Wednesday, October 05, 2022

U.S. inflation pressures might still be strong but the U.N. warns that rate hikes by different countries could lower demand too much

This a follow up on yesterday's post "Can individual central banks focusing on matching supply and demand at a national level go too far because other central banks are already weakening global demand?" It had excerpts from a Sept. 26 WSJ article.

Below are excerpts from two related articles, both from yesterday's WSJ.

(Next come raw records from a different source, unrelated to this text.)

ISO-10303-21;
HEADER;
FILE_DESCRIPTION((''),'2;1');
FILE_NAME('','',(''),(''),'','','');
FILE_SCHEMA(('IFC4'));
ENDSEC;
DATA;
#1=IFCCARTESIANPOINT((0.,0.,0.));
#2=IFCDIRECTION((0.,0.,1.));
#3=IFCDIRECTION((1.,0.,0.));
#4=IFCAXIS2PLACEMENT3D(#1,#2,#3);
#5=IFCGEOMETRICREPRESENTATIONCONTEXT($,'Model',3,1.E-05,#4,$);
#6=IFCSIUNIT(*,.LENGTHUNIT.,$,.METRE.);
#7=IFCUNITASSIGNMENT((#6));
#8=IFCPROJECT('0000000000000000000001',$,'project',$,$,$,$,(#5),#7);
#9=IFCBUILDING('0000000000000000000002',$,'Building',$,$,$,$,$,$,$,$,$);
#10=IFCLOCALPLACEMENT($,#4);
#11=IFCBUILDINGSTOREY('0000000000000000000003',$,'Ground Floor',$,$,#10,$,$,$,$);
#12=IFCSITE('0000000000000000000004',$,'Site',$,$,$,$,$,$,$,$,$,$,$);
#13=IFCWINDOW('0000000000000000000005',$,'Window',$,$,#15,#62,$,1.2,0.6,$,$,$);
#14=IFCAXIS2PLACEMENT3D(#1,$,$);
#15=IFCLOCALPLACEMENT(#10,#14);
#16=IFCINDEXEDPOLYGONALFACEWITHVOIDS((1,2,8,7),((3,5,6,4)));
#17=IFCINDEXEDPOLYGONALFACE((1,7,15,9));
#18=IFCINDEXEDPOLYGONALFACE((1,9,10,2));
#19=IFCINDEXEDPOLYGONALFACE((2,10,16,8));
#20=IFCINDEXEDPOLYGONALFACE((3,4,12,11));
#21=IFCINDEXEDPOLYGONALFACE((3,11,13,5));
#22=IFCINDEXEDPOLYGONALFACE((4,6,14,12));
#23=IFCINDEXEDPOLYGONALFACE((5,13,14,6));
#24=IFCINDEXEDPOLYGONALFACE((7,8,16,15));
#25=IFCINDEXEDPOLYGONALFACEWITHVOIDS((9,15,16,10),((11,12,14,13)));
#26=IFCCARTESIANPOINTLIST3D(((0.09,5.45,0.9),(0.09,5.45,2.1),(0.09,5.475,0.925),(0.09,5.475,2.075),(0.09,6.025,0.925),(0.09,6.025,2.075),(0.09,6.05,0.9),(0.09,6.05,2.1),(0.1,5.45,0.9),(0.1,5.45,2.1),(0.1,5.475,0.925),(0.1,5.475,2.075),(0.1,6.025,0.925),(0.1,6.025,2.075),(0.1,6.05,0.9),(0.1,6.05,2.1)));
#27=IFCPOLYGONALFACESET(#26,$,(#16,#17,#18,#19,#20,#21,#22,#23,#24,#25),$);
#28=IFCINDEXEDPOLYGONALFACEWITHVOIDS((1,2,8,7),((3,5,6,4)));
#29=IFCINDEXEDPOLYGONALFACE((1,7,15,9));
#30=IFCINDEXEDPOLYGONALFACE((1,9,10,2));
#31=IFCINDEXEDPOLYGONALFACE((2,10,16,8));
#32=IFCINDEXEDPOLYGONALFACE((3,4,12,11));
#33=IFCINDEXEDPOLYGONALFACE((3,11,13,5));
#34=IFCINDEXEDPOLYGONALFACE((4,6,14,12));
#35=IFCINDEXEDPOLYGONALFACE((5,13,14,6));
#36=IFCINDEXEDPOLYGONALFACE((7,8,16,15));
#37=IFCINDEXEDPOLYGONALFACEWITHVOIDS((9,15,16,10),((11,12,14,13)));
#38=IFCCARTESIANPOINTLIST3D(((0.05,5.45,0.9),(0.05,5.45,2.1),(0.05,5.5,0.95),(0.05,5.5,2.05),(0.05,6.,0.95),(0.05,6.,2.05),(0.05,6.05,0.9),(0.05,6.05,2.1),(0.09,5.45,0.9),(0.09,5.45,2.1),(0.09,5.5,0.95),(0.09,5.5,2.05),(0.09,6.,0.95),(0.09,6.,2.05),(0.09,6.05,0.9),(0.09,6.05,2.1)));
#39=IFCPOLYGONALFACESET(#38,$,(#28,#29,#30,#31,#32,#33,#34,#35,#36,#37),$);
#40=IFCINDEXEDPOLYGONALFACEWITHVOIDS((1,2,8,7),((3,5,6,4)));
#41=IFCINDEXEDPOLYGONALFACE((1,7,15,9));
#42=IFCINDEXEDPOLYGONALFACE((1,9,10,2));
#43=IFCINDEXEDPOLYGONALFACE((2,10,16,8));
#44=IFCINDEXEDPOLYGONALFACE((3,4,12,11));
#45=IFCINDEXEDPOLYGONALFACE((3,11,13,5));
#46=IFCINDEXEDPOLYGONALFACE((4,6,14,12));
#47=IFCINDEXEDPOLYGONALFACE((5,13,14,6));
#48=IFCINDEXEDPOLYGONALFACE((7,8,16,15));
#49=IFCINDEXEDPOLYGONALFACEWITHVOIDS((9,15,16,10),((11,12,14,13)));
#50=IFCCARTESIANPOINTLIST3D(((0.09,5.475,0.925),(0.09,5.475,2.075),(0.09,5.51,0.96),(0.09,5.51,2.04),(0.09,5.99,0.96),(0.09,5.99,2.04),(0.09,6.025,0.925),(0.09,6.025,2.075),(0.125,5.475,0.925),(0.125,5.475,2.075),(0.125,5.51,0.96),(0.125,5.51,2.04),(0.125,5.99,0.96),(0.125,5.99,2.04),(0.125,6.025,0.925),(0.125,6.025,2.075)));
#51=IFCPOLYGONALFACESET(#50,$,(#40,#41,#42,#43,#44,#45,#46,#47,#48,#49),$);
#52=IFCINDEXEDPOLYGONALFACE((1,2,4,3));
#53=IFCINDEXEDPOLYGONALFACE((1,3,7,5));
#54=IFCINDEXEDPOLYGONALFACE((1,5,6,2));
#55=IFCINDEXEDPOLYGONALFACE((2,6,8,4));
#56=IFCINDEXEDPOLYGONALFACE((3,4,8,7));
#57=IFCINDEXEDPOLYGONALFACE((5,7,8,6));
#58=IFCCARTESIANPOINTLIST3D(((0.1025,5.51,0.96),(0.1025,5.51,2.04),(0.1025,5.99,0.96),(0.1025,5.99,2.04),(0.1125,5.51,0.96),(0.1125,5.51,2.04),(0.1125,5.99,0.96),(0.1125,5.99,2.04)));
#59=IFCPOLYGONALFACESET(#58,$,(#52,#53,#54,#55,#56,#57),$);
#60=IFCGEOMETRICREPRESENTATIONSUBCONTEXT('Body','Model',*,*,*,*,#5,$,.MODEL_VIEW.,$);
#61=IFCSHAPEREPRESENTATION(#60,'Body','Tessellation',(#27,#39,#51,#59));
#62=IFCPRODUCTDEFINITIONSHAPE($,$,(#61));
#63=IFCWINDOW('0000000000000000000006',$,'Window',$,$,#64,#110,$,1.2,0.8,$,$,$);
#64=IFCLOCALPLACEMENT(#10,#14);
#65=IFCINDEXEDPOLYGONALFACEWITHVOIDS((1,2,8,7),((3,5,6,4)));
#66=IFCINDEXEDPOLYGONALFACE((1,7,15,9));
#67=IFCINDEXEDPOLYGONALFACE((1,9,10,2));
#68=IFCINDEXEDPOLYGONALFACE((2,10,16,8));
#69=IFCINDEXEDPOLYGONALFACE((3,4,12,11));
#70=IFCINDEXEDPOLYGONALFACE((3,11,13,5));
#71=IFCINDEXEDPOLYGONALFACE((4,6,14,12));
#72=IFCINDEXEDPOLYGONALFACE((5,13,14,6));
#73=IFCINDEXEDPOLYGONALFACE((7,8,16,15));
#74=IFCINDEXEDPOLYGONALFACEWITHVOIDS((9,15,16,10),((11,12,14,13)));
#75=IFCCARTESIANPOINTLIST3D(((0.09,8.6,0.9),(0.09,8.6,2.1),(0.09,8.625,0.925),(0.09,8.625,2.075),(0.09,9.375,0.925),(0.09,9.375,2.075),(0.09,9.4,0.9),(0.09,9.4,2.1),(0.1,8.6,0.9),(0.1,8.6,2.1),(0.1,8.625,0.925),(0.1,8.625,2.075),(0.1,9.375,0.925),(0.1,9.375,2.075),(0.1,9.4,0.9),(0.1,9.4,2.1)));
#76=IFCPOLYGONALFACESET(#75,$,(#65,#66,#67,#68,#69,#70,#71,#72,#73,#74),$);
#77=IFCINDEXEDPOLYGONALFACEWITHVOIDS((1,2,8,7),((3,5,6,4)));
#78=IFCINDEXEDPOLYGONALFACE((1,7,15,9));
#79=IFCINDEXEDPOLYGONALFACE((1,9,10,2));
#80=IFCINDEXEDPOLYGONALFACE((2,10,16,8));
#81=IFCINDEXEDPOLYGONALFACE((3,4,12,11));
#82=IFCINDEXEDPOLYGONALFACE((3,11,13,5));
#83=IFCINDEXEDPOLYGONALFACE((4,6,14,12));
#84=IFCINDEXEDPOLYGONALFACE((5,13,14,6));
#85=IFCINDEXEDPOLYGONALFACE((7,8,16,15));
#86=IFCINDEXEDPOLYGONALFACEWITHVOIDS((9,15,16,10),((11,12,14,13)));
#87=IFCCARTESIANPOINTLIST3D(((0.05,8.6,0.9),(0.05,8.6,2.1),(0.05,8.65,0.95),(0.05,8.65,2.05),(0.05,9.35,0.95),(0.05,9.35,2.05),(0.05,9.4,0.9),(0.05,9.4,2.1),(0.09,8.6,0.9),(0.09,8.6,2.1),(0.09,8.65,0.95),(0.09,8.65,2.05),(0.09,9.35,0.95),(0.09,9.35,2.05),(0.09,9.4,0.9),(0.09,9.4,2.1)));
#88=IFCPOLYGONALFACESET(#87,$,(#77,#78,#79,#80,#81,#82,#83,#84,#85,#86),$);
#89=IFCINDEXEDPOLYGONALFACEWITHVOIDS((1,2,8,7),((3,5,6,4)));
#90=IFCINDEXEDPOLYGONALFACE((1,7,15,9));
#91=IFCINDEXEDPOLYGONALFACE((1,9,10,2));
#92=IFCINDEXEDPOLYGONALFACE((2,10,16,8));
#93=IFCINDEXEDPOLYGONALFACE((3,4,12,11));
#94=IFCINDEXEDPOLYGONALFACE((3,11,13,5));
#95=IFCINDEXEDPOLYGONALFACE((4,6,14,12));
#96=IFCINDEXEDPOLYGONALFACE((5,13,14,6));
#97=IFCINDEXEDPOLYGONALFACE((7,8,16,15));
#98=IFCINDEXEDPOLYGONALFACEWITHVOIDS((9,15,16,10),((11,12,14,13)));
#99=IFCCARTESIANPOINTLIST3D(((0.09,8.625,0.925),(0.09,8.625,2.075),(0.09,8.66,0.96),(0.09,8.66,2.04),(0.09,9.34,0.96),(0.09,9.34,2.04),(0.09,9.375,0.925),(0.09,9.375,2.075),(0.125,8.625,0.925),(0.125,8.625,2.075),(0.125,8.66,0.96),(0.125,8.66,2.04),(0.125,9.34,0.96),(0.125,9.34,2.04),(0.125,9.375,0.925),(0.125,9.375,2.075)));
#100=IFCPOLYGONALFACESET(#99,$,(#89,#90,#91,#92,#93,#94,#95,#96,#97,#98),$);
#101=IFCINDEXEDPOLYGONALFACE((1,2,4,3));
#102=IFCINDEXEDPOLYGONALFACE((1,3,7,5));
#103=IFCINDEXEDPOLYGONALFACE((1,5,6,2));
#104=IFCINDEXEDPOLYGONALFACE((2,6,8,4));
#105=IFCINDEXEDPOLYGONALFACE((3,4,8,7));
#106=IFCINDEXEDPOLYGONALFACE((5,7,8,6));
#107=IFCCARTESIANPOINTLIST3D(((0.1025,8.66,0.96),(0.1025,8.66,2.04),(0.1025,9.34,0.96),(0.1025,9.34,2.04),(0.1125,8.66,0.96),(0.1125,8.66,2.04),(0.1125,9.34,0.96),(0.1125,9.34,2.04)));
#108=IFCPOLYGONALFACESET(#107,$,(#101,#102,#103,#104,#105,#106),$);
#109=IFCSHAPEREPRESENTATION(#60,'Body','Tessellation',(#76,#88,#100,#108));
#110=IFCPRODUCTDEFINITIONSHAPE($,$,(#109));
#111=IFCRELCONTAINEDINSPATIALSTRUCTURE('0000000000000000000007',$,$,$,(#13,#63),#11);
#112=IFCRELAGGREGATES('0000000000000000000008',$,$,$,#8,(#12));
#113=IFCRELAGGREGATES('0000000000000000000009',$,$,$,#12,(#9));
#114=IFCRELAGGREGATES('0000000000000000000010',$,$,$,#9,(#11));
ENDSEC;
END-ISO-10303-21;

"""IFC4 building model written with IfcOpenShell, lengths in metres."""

from ifc_helpers import new_model, si_unit, frame, origin_with_axes, place, context, subcontext, project, spatial, line, indexed_curve, outline, extrude, element, save


model = new_model("IFC4")

# Units and contexts
model_context = context("Model", 3, precision=1e-05, world=origin_with_axes())
body_context = subcontext(model_context, "Body", "Model", "MODEL_VIEW")
ifc_project = project(units=[si_unit("LENGTHUNIT", "METRE")], contexts=[model_context])

# Site, building, storey
site = spatial("IfcSite", under=ifc_project, Name="Site")
building = spatial("IfcBuilding", under=site, Name="Building")
storey_placement = place(None, origin_with_axes())
storey = spatial("IfcBuildingStorey", under=building, at=storey_placement, Name="Ground Floor")

# Windows
window_1_placement = place(storey_placement, frame((0.0, 6.05, 0.9), z_axis=(0.0, 0.0, 1.0), x_axis=(0.0, -1.0, 0.0)))
element("IfcWindow", 1, at=window_1_placement, inside=storey, Name="Window", OverallHeight=1.2, OverallWidth=0.6, context=body_context, shape_type="SweptSolid", body=[
    extrude(outline(indexed_curve([(0.0, 0.0), (0.6, 0.0), (0.6, 1.2), (0.0, 1.2)], segments=[line(1, 2, 3, 4, 1)]), holes=[indexed_curve([(0.025, 0.025), (0.575, 0.025), (0.575, 1.175), (0.025, 1.175)], segments=[line(1, 2, 3, 4, 1)])]), frame((0.0, 0.09, 0.0), z_axis=(0.0, -1.0, 0.0), x_axis=(1.0, 0.0, 0.0)), (0.0, 0.0, -1.0), 0.01),
    extrude(outline(indexed_curve([(0.0, 0.0), (0.6, 0.0), (0.6, 1.2), (0.0, 1.2)], segments=[line(1, 2, 3, 4, 1)]), holes=[indexed_curve([(0.05, 0.05), (0.55, 0.05), (0.55, 1.15), (0.05, 1.15)], segments=[line(1, 2, 3, 4, 1)])]), frame((0.0, 0.05, 0.0), z_axis=(0.0, -1.0, 0.0), x_axis=(1.0, 0.0, 0.0)), (0.0, 0.0, -1.0), 0.04),
    extrude(outline(indexed_curve([(0.0, 0.0), (0.55, 0.0), (0.55, 1.15), (0.0, 1.15)], segments=[line(1, 2, 3, 4, 1)]), holes=[indexed_curve([(0.035, 0.035), (0.515, 0.035), (0.515, 1.115), (0.035, 1.115)], segments=[line(1, 2, 3, 4, 1)])]), frame((0.025, 0.09, 0.025), z_axis=(0.0, -1.0, 0.0), x_axis=(1.0, 0.0, 0.0)), (0.0, 0.0, -1.0), 0.035),
    extrude(outline(indexed_curve([(0.035, 0.035), (0.515, 0.035), (0.515, 1.115), (0.035, 1.115)], segments=[line(1, 2, 3, 4, 1)])), frame((0.025, 0.1025, 0.025), z_axis=(0.0, -1.0, 0.0), x_axis=(1.0, 0.0, 0.0)), (0.0, 0.0, -1.0), 0.01),
])
window_2_placement = place(storey_placement, frame((0.0, 9.4, 0.9), z_axis=(0.0, 0.0, 1.0), x_axis=(0.0, -1.0, 0.0)))
element("IfcWindow", 2, at=window_2_placement, inside=storey, Name="Window", OverallHeight=1.2, OverallWidth=0.8, context=body_context, shape_type="SweptSolid", body=[
    extrude(outline(indexed_curve([(0.0, 0.0), (0.8, 0.0), (0.8, 1.2), (0.0, 1.2)], segments=[line(1, 2, 3, 4, 1)]), holes=[indexed_curve([(0.025, 0.025), (0.775, 0.025), (0.775, 1.175), (0.025, 1.175)], segments=[line(1, 2, 3, 4, 1)])]), frame((0.0, 0.09, 0.0), z_axis=(0.0, -1.0, 0.0), x_axis=(1.0, 0.0, 0.0)), (0.0, 0.0, -1.0), 0.01),
    extrude(outline(indexed_curve([(0.0, 0.0), (0.8, 0.0), (0.8, 1.2), (0.0, 1.2)], segments=[line(1, 2, 3, 4, 1)]), holes=[indexed_curve([(0.05, 0.05), (0.75, 0.05), (0.75, 1.15), (0.05, 1.15)], segments=[line(1, 2, 3, 4, 1)])]), frame((0.0, 0.05, 0.0), z_axis=(0.0, -1.0, 0.0), x_axis=(1.0, 0.0, 0.0)), (0.0, 0.0, -1.0), 0.04),
    extrude(outline(indexed_curve([(0.0, 0.0), (0.75, 0.0), (0.75, 1.15), (0.0, 1.15)], segments=[line(1, 2, 3, 4, 1)]), holes=[indexed_curve([(0.035, 0.035), (0.715, 0.035), (0.715, 1.115), (0.035, 1.115)], segments=[line(1, 2, 3, 4, 1)])]), frame((0.025, 0.09, 0.025), z_axis=(0.0, -1.0, 0.0), x_axis=(1.0, 0.0, 0.0)), (0.0, 0.0, -1.0), 0.035),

See Top Fed Official Warns of More Persistent Price Pressures by Nick Timiraos. Excerpts:

New York Fed President John Williams said 

"“Tighter monetary policy has begun to cool demand and reduce inflationary pressures, but our job is not yet done,”"

He also said 

"“The fact is, lower commodity prices and receding supply-chain issues will not be enough by themselves to bring inflation back to our 2% objective.”"

and

"Inflation pressures have become broad based across a wide range of goods and services,” Mr. Williams said. “Demand for labor and services is far outstripping available supply. This is resulting in broad-based inflation, which will take longer to bring down.”"

This seems to indicate that the Fed should keep raising interest rates. But UNCTAD (the United Nations Conference on Trade and Development) says that when one country raises rates, it lower demand in other countries as well (Fed Chair Powell says they take that into account).

See U.N. Calls On Fed, Other Central Banks to Halt Interest-Rate Increases: A U.N. agency warns that further policy tightening risks a global economic downturn by Paul Hannon. Excerpts:

"The Federal Reserve and other central banks risk pushing the global economy into recession followed by prolonged stagnation if they keep raising interest rates, a United Nations agency said Monday."

"the Fed risks causing significant harm to developing countries if it persists with rapid rate rises. The agency estimated that a percentage point rise in the Fed’s key interest rate lowers economic output in other rich countries by 0.5%, and economic output in poor countries by 0.8% over the subsequent three years."